FOXTROT/ALFA: Software AG Shut Down by Ransomware, Apple’s App Store Practices under Fire, Derek Smart was Right
FOXTROT/ALFA — Your Daily Tech and Policy Newsletter, Issue 147
Monday, 12 October 2020
As you undoubtedly noticed, I once again got sidetracked from doing this newsletter for a while, which means I have to catch up on several days of tech news today. One of these days, I will manage to get through a whole week of these again, I promise.
Things I have been busy with include a podcast episode I had to record twice because of a hardware fault and lots of streaming. Anyway, here’s what’s been happening in tech lately…
Software AG Shut Down by Ransomware Attack
Software AG, Germany’s second biggest software vendor after SAP, has been crippled by a debilitating ransomware attack. The company fessed up to it late last week.
“Data from Software AG servers and employees' notebooks were downloaded. While services to its customers, including its cloud-based services, remain unaffected, as a result, Software AG has shut down the internal systems in a controlled manner in accordance with the company’s internal security regulations,” the firm’s note to the stock market continued.
“The company is in the process of restoring its systems and data in order to resume orderly operation. However, helpdesk services and internal communication at Software AG are currently still being affected.” It added: “Software AG is not aware of any customer information being accessed by the malware attack.”
Screenshots of the attackers’ ransom webpage, seen by El Reg, show scans of staffers’ passports, internal billing notes, and what appears to be internal directories on a Windows-based system. Folder names suggest the contents could relate to Software AG customers in the US and Canada.
Brett Callow, a threat analyst with ransomware specialist firm Emsisoft, told The Register that the Clop ransomware variant, thought to have been used in this attack, is relatively new. “Clop is a variant of CryptoMix and may be used by the group behind the Dridex banking trojan. Like REvil and NetWalker, it is primarily used to target enterprise networks, with known past victims including Prominent and ExecuPharm. Clop’s demands can run to the millions.”
We understand the ransom demand against Software AG runs into millions of dollars and will update this article if the company gives any more details.
Apparently they demanded more than 20 million dollars. We don’t know if any money was paid.

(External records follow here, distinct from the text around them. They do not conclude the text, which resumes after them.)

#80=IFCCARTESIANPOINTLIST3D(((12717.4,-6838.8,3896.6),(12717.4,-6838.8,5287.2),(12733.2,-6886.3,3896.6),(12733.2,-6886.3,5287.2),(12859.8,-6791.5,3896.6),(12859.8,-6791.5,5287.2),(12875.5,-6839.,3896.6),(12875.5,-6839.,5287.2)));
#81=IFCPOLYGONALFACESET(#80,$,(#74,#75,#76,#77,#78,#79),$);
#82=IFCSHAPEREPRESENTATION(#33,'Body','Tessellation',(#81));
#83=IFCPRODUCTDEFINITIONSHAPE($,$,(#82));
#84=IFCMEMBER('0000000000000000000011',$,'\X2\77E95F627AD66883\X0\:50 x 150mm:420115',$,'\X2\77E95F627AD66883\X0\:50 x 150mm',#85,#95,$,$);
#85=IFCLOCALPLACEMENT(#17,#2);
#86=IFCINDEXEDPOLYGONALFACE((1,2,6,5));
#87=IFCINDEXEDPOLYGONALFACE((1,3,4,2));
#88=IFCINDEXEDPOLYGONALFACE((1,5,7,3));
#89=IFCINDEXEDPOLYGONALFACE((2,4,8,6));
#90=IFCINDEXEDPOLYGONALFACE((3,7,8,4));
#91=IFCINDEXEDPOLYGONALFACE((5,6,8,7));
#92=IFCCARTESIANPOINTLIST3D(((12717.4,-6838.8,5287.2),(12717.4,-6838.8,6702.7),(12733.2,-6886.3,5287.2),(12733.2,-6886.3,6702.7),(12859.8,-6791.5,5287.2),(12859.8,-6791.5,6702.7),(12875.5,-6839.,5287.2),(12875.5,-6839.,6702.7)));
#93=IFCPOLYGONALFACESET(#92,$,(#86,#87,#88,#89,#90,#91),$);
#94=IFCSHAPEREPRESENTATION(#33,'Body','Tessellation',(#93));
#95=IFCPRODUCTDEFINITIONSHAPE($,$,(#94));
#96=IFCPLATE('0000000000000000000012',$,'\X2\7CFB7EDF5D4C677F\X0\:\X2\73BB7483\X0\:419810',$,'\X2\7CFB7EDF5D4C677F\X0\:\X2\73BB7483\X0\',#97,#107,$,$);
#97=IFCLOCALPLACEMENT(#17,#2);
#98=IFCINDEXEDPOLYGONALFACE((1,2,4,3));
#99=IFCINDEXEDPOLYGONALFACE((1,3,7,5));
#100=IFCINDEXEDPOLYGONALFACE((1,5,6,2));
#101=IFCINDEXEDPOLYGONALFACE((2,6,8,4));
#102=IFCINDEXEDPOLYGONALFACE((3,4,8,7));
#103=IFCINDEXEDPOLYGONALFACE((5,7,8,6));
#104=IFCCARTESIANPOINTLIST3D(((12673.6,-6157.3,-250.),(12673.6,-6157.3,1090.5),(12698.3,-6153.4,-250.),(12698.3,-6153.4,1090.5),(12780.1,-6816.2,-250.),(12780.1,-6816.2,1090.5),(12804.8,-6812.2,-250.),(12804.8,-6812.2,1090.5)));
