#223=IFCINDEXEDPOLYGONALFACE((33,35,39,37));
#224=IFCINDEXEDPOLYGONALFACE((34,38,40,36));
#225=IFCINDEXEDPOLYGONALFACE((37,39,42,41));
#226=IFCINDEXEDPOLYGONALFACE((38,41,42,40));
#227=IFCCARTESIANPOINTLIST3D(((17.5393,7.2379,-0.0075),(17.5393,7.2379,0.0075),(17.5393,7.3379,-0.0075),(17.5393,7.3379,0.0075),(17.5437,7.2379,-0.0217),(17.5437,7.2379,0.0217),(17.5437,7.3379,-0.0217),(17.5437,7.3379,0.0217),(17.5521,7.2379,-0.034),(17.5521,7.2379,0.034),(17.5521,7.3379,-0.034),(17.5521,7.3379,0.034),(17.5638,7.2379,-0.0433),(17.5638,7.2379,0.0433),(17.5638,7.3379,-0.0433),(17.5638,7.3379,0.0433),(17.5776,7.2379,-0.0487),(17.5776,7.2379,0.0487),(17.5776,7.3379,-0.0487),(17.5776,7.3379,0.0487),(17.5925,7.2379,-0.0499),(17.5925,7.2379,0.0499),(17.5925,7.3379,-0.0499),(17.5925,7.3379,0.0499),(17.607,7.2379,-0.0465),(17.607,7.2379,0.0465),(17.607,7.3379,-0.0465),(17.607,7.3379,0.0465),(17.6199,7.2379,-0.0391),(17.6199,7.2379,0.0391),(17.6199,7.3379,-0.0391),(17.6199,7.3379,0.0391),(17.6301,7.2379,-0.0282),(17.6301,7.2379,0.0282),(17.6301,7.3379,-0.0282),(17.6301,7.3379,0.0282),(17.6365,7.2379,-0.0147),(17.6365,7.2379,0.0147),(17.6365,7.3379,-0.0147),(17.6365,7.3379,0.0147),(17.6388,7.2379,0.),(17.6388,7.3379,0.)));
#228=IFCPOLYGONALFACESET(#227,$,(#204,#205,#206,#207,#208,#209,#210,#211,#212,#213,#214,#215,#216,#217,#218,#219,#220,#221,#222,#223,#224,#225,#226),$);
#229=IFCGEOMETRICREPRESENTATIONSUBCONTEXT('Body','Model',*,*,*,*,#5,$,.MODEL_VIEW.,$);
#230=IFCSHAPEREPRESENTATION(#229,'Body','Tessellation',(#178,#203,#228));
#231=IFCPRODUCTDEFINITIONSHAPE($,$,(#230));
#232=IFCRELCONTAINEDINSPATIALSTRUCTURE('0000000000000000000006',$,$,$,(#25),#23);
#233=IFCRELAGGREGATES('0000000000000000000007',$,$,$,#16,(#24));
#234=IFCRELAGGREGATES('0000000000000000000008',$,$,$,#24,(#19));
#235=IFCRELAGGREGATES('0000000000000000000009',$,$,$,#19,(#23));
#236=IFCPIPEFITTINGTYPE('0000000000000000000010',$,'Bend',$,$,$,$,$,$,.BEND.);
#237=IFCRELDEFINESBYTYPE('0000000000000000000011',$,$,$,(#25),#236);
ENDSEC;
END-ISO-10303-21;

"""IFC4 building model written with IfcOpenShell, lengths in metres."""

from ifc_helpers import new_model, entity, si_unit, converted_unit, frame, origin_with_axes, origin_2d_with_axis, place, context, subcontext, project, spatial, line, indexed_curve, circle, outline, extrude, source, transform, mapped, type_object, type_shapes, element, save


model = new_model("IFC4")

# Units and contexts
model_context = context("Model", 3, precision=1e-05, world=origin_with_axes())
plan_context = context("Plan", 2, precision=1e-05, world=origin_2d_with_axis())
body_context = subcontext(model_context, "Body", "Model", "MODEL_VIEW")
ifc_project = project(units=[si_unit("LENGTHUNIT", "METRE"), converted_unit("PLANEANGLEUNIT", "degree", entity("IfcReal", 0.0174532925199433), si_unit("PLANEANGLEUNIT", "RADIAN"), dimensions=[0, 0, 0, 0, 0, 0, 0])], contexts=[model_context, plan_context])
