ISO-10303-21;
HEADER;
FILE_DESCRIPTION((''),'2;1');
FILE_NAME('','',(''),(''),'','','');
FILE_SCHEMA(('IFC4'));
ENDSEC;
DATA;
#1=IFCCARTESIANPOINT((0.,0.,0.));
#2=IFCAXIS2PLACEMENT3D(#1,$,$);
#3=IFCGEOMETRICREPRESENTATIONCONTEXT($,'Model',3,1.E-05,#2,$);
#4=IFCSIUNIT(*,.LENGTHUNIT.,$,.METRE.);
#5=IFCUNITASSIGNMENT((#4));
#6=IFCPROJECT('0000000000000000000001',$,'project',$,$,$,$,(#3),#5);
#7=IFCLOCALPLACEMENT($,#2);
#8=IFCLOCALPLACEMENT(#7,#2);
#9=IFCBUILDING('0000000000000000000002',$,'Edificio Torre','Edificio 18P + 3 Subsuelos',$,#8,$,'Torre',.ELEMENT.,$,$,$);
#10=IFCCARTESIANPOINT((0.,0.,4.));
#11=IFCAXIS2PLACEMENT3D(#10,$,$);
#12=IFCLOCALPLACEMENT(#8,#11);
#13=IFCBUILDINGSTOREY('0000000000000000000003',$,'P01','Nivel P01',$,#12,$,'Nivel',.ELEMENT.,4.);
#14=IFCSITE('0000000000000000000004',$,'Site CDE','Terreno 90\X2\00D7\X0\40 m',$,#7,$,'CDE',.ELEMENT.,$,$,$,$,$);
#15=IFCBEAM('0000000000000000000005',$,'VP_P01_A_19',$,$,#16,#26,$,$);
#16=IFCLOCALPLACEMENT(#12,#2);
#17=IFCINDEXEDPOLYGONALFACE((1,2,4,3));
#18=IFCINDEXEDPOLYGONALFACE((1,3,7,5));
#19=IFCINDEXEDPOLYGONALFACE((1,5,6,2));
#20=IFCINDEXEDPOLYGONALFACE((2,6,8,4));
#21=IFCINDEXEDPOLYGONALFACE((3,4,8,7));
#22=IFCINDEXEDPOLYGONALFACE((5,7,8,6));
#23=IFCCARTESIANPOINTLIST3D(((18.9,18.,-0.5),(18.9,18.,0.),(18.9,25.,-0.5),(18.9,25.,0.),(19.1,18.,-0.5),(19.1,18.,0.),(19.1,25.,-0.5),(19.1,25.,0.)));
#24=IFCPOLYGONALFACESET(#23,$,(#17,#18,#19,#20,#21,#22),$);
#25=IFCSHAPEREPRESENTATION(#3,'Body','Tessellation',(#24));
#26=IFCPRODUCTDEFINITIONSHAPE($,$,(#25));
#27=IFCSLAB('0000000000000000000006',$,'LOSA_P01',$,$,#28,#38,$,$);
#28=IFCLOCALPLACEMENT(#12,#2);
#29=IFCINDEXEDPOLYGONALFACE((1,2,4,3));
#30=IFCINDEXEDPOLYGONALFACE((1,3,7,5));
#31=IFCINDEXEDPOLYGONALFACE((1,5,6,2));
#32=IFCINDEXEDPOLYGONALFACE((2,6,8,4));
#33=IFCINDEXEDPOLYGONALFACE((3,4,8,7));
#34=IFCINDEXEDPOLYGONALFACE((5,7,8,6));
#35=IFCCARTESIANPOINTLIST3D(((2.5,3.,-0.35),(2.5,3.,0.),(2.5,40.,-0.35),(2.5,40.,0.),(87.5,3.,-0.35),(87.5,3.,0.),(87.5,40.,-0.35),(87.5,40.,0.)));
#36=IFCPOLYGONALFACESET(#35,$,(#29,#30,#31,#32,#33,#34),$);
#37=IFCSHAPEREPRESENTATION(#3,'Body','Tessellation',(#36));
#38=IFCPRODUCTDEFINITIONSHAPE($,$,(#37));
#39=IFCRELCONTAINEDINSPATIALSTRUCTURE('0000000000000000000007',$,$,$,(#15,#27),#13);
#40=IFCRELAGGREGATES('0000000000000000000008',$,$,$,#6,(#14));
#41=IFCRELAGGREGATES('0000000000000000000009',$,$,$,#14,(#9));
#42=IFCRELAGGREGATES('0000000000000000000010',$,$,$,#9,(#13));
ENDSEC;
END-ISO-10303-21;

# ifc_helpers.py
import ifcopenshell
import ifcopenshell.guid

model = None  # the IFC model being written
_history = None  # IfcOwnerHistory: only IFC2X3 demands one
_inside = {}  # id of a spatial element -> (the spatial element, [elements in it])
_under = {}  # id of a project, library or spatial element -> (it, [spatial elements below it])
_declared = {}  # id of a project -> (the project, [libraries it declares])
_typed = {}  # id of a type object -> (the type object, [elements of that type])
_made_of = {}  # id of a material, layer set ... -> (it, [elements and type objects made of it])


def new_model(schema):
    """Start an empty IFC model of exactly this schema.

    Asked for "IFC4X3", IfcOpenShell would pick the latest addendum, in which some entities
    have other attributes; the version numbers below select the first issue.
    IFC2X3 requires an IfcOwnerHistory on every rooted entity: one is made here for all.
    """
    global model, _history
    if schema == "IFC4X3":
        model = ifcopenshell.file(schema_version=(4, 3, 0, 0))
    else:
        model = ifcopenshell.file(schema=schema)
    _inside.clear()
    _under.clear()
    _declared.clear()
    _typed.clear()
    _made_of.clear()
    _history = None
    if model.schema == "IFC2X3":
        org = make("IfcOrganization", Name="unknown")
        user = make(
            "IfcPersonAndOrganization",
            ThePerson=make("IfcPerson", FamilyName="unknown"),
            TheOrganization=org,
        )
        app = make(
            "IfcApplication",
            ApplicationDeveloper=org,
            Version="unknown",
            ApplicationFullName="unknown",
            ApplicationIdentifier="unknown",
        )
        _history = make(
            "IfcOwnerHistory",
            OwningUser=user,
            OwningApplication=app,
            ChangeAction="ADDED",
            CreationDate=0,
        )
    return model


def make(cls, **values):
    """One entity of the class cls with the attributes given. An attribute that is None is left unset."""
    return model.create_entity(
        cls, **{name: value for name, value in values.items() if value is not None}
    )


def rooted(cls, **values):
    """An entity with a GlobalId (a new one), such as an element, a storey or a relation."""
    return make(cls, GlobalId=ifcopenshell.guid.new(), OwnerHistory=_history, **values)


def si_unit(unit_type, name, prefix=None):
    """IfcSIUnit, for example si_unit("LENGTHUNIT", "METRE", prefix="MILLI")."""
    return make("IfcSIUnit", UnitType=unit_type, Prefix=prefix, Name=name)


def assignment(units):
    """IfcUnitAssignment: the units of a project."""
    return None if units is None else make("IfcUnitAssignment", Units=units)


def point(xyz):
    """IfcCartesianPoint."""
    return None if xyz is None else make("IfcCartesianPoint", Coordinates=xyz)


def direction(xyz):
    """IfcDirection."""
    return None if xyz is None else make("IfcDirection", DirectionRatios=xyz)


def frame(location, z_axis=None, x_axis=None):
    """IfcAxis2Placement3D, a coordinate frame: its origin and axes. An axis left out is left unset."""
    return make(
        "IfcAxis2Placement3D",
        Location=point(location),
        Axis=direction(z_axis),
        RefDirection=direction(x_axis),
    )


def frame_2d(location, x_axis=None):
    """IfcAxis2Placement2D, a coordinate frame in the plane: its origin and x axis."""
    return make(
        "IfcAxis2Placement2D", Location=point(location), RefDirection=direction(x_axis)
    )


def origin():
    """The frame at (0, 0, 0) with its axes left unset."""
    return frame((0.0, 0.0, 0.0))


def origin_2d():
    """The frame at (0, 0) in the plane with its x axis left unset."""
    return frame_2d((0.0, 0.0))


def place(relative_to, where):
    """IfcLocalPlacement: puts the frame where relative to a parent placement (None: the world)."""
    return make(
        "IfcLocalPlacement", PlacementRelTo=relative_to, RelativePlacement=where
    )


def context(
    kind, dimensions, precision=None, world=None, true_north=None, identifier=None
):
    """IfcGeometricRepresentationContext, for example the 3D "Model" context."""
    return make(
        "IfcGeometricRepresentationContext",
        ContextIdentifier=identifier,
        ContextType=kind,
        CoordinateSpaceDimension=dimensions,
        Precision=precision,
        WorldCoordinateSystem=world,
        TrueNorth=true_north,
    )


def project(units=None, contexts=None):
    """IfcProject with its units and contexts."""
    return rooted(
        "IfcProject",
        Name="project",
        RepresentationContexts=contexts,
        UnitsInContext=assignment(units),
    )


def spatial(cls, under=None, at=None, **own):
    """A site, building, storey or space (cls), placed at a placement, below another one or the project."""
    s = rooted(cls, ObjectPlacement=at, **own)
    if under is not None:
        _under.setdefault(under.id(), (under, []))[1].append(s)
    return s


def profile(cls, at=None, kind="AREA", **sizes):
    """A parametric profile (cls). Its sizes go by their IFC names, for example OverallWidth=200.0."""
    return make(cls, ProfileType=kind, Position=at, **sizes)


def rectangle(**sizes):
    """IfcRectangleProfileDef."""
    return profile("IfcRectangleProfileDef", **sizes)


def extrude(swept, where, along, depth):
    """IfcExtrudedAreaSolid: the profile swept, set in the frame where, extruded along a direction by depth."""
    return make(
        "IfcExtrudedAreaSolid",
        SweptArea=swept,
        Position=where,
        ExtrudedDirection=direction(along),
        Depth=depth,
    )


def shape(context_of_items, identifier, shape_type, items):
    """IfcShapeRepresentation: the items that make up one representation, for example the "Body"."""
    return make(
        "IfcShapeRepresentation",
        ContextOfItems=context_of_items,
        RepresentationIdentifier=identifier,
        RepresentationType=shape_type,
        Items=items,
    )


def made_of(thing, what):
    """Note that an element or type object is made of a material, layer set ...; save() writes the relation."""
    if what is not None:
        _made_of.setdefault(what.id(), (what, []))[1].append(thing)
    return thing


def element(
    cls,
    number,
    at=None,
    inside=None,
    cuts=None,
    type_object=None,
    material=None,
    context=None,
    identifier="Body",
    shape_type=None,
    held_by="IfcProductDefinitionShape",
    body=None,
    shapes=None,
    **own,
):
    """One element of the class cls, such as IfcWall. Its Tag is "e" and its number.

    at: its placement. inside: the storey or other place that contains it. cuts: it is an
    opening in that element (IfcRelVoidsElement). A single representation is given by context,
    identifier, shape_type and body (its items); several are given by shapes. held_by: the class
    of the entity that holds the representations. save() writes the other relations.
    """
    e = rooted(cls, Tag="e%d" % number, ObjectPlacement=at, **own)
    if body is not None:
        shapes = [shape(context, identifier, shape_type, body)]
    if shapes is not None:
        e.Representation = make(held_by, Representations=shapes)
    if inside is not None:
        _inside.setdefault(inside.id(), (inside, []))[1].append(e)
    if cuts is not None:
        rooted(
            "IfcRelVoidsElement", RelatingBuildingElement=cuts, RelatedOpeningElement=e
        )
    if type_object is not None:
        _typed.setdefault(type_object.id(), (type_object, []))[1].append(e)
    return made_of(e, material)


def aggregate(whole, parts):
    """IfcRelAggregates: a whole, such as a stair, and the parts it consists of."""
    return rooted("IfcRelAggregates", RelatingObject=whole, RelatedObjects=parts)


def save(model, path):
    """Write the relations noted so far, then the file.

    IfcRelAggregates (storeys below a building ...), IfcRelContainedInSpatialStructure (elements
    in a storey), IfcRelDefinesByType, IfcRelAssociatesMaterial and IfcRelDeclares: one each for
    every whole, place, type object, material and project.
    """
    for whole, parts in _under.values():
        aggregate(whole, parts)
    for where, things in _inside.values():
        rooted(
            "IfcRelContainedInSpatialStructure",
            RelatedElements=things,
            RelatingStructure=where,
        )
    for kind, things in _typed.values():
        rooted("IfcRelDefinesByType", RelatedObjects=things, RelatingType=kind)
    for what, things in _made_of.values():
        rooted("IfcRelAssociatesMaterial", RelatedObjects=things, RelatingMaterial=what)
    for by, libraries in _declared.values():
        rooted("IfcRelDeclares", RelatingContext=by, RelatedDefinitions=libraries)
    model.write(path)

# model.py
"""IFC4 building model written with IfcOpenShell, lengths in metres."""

from ifc_helpers import new_model, si_unit, frame, origin, origin_2d, place, context, project, spatial, rectangle, extrude, element, save


model = new_model("IFC4")

# Units and contexts
model_context = context("Model", 3, precision=1e-05, world=origin())
ifc_project = project(units=[si_unit("LENGTHUNIT", "METRE")], contexts=[model_context])

# Site, building, storey
site_placement = place(None, origin())
site = spatial("IfcSite", under=ifc_project, at=site_placement, Name="Site CDE", Description="Terreno 90×40 m", LongName="CDE", CompositionType="ELEMENT")
building_placement = place(site_placement, origin())
building = spatial("IfcBuilding", under=site, at=building_placement, Name="Edificio Torre", Description="Edificio 18P + 3 Subsuelos", LongName="Torre", CompositionType="ELEMENT")
storey_placement = place(building_placement, frame((0.0, 0.0, 4.0)))
storey = spatial("IfcBuildingStorey", under=building, at=storey_placement, Name="P01", Description="Nivel P01", LongName="Nivel", CompositionType="ELEMENT", Elevation=4.0)

# Beam
beam_1_placement = place(storey_placement, frame((19.0, 21.5, -0.5)))
element("IfcBeam", 1, at=beam_1_placement, inside=storey, Name="VP_P01_A_19", context=model_context, shape_type="SweptSolid", body=[
    extrude(rectangle(XDim=0.2, YDim=7.0, at=origin_2d()), origin(), (0.0, 0.0, 1.0), 0.5),
])

# Slab
slab_placement = place(storey_placement, frame((45.0, 21.5, -0.35)))
element("IfcSlab", 2, at=slab_placement, inside=storey, Name="LOSA_P01", context=model_context, shape_type="SweptSolid", body=[
    extrude(rectangle(XDim=85.0, YDim=37.0, at=origin_2d()), origin(), (0.0, 0.0, 1.0), 0.35),
])

save(model, "model.ifc")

Mexican Standoff in Apple v. Epic
Looks like we are set for a truly epic court battle in the fight between Apple and Epic Games over Fortnite, the Unreal Engine and Apple’s App Store. Going into the court proceedings, we have a real Mexican standoff between the two companies.
Fortnite won’t be coming back to the App Store any time soon. On Friday, Judge Yvonne Gonzales Rogers refused to grant Epic Games a preliminary injunction against Apple that would force the game developer to reinstate Fortnite on the App Store, while simultaneously granting an injunction that keeps Apple from retaliating against the Unreal Engine, which Epic also owns. In other words, we now have a permanent version of the temporary restraining order ruling from last month.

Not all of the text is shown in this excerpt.